Transformation Examples

This page provides practical examples of transforming documents using the Graphora client library.

Basic Document Transformation

The following example demonstrates how to transform a set of documents using a registered ontology:

from graphora import GraphoraClient

# Initialize the client with user ID (required)
client = GraphoraClient(
    base_url="https://api.graphora.io",
    user_id="your-user-id",  # Required for all API calls
    api_key="your-api-key"
)

# Use a previously registered ontology
ontology_id = "ont_123456789"

# Prepare a list of document files to transform
document_paths = [
    "document1.pdf",
    "document2.docx",
    "document3.txt"
]

# Transform the documents
response = client.transform(ontology_id, document_paths)
print(f"Transformation started with ID: {response.id}")

# Check the status of the transformation
status = client.get_transform_status(response.id)
print(f"Transformation status: {status.status}")
print(f"Progress: {status.progress:.2%}")

Transforming Documents with Metadata

You can also provide metadata for each document to enrich the transformation process:

from graphora import GraphoraClient, DocumentMetadata, DocumentType

# Initialize the client with user ID (required)
client = GraphoraClient(
    base_url="https://api.graphora.io",
    user_id="your-user-id",  # Required for all API calls
    api_key="your-api-key"
)

# Use a previously registered ontology
ontology_id = "ont_123456789"

# Prepare document paths and metadata
document_paths = [
    "document1.pdf",
    "document2.docx"
]

metadata = [
    DocumentMetadata(
        source="Annual Report 2024",
        document_type=DocumentType.PDF,
        tags=["finance", "annual", "report"],
        custom_metadata={
            "department": "Finance",
            "confidentiality": "Internal"
        }
    ),
    DocumentMetadata(
        source="Product Specifications",
        document_type=DocumentType.DOCX,
        tags=["product", "specifications", "technical"],
        custom_metadata={
            "department": "Engineering",
            "product_id": "PRD-2024-001"
        }
    )
]

# Transform the documents with metadata
response = client.transform(ontology_id, document_paths, metadata=metadata)
print(f"Transformation started with ID: {response.id}")

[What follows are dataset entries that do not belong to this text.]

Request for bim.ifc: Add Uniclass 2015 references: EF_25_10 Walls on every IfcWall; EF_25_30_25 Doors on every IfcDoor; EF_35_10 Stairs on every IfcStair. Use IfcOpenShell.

First a look at what the model holds.

```python
import ifcopenshell

model = ifcopenshell.open("bim.ifc")
print(model.schema)
print("classifications:", [c.Name for c in model.by_type("IfcClassification")])
for ifc_class in ("IfcDoor", "IfcRoof", "IfcStair", "IfcWall", "IfcWindow"):
    print(ifc_class, len(model.by_type(ifc_class)))
```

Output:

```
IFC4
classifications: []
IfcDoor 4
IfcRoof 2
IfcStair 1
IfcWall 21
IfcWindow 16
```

```python
import ifcopenshell
import ifcopenshell.api.classification

model = ifcopenshell.open("bim.ifc")

system = ifcopenshell.api.classification.add_classification(model, classification="Uniclass 2015")

codes = {
    "IfcWall": ("EF_25_10", "Walls"),
    "IfcDoor": ("EF_25_30_25", "Doors"),
    "IfcStair": ("EF_35_10", "Stairs"),
}
for ifc_class, (code, name) in codes.items():
    products = model.by_type(ifc_class)
    ifcopenshell.api.classification.add_reference(
        model, products=products, classification=system, identification=code, name=name
    )
    print(code, len(products))

model.write("bim_updated.ifc")
```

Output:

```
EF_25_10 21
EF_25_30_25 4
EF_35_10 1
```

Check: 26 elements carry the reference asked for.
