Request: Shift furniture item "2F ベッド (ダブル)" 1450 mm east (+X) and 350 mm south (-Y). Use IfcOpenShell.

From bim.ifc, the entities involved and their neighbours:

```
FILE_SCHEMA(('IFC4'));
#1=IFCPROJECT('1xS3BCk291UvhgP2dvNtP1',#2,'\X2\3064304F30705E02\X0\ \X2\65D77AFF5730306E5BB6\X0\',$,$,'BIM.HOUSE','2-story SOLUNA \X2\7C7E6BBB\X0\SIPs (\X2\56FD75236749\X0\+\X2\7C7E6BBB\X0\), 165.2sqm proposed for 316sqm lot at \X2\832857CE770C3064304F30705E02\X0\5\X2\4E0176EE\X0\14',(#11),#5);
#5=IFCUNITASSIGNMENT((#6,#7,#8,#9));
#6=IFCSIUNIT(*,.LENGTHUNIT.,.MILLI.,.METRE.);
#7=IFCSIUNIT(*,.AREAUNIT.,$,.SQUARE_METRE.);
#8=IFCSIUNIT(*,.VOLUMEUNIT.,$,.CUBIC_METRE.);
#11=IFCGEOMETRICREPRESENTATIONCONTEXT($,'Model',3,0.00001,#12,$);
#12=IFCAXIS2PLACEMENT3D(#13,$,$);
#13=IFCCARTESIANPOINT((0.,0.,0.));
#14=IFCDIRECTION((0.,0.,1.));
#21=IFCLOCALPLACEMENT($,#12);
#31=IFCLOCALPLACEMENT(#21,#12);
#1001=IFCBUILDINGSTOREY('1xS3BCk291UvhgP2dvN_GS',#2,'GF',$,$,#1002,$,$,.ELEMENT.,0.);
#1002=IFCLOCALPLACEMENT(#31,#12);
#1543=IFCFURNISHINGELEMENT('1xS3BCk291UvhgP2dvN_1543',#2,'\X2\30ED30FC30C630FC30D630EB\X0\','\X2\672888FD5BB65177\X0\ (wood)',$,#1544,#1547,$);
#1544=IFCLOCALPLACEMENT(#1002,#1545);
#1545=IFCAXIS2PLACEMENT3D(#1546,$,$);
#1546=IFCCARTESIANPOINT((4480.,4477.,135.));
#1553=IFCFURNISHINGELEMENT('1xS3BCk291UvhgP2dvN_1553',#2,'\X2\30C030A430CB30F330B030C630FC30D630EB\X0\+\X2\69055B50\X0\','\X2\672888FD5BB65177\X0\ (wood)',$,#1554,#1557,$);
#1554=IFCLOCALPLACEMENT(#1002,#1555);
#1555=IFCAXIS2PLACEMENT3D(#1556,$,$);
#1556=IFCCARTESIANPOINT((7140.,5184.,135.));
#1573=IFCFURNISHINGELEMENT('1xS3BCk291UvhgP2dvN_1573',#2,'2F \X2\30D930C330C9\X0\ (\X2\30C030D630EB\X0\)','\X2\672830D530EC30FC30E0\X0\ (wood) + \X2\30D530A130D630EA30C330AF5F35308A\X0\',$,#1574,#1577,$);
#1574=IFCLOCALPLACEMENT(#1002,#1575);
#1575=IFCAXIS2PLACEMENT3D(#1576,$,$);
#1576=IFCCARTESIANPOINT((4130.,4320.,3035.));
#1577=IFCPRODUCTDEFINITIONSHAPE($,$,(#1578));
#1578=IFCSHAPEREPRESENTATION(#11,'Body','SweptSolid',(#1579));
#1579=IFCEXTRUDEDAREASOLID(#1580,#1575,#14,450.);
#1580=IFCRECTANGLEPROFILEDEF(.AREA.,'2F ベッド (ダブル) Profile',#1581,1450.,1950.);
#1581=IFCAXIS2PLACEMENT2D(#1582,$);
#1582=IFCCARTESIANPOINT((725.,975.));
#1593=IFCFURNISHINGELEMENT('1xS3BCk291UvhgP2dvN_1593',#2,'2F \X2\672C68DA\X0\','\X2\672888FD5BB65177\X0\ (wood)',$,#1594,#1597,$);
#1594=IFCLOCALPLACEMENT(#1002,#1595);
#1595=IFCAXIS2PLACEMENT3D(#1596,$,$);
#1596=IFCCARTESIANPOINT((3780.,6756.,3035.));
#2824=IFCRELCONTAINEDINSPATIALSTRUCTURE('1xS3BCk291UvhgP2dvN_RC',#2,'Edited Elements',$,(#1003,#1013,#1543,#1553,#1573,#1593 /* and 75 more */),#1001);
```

```python
import ifcopenshell
import ifcopenshell.api.geometry
import ifcopenshell.util.placement
import ifcopenshell.util.unit

model = ifcopenshell.open("bim.ifc")
unit_scale = ifcopenshell.util.unit.calculate_unit_scale(model)

item = model.by_guid("1xS3BCk291UvhgP2dvN_1573")
matrix = ifcopenshell.util.placement.get_local_placement(item.ObjectPlacement)
matrix[0, 3] += 1.45 / unit_scale
matrix[1, 3] -= 0.35 / unit_scale
ifcopenshell.api.geometry.edit_object_placement(model, product=item, matrix=matrix, is_si=False)

print(ifcopenshell.util.placement.get_local_placement(item.ObjectPlacement).round(3) + 0.0)

model.write("bim_v2.ifc")
```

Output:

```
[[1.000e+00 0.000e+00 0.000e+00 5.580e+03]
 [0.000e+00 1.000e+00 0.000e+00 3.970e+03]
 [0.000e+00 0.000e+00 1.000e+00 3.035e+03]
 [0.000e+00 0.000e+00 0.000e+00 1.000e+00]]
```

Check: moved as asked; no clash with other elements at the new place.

Monitoring Transformation Progress

For long-running transformations, you can monitor the progress:

from graphora import GraphoraClient
import time

# Initialize the client with user ID (required)
client = GraphoraClient(
    base_url="https://api.graphora.io",
    user_id="your-user-id",  # Required for all API calls
    api_key="your-api-key"
)

# Start a transformation (assuming you have already set up the ontology and documents)
transform_response = client.transform(ontology_id, document_paths)
transform_id = transform_response.id

# Monitor the transformation progress
completed = False
while not completed:
    status = client.get_transform_status(transform_id)
    print(f"Status: {status.status}, Progress: {status.progress:.2%}")
    
    if status.status in ["COMPLETED", "FAILED"]:
        completed = True
        if status.status == "COMPLETED":
            print("Transformation completed successfully!")
        else:
            print(f"Transformation failed: {status.error}")
    else:
        # Wait for 5 seconds before checking again
        time.sleep(5)

# If transformation was successful, you can proceed to merging
if status.status == "COMPLETED":
    print("Ready to merge the transformed data into a graph")

Using the Wait Helper Method

You can also use the built-in wait method for convenience:

from graphora import GraphoraClient

# Initialize the client with user ID (required)
client = GraphoraClient(
    base_url="https://api.graphora.io",
    user_id="your-user-id",  # Required for all API calls
    api_key="your-api-key"
)

# Start a transformation
transform_response = client.transform(ontology_id, document_paths)
transform_id = transform_response.id

# Wait for completion (with timeout)
try:
    final_status = client.wait_for_transform(transform_id, timeout=300)  # 5 minutes
    print(f"Transformation completed with status: {final_status.status}")
except Exception as e:
    print(f"Transformation failed or timed out: {e}")

Handling Different Document Types

Graphora supports various document types. Here’s how to transform a mix of document types:

from graphora import GraphoraClient

# Initialize the client with user ID (required)
client = GraphoraClient(
    base_url="https://api.graphora.io",
    user_id="your-user-id",  # Required for all API calls
    api_key="your-api-key"
)

# Use a previously registered ontology
ontology_id = "ont_123456789"

# Prepare a list of different document types
documents = [
    "text_document.txt",      # Plain text
    "word_document.docx",     # Microsoft Word
    "pdf_document.pdf",       # PDF
    "data.csv",               # CSV
    "config.json",            # JSON
    "schema.yaml"             # YAML
]

# Transform the documents
response = client.transform(ontology_id, documents)
print(f"Transformation started with ID: {response.id}")

These examples demonstrate the basic operations for transforming documents with the Graphora client library. For more detailed information about transformation concepts and options, see the Transformation Concepts page.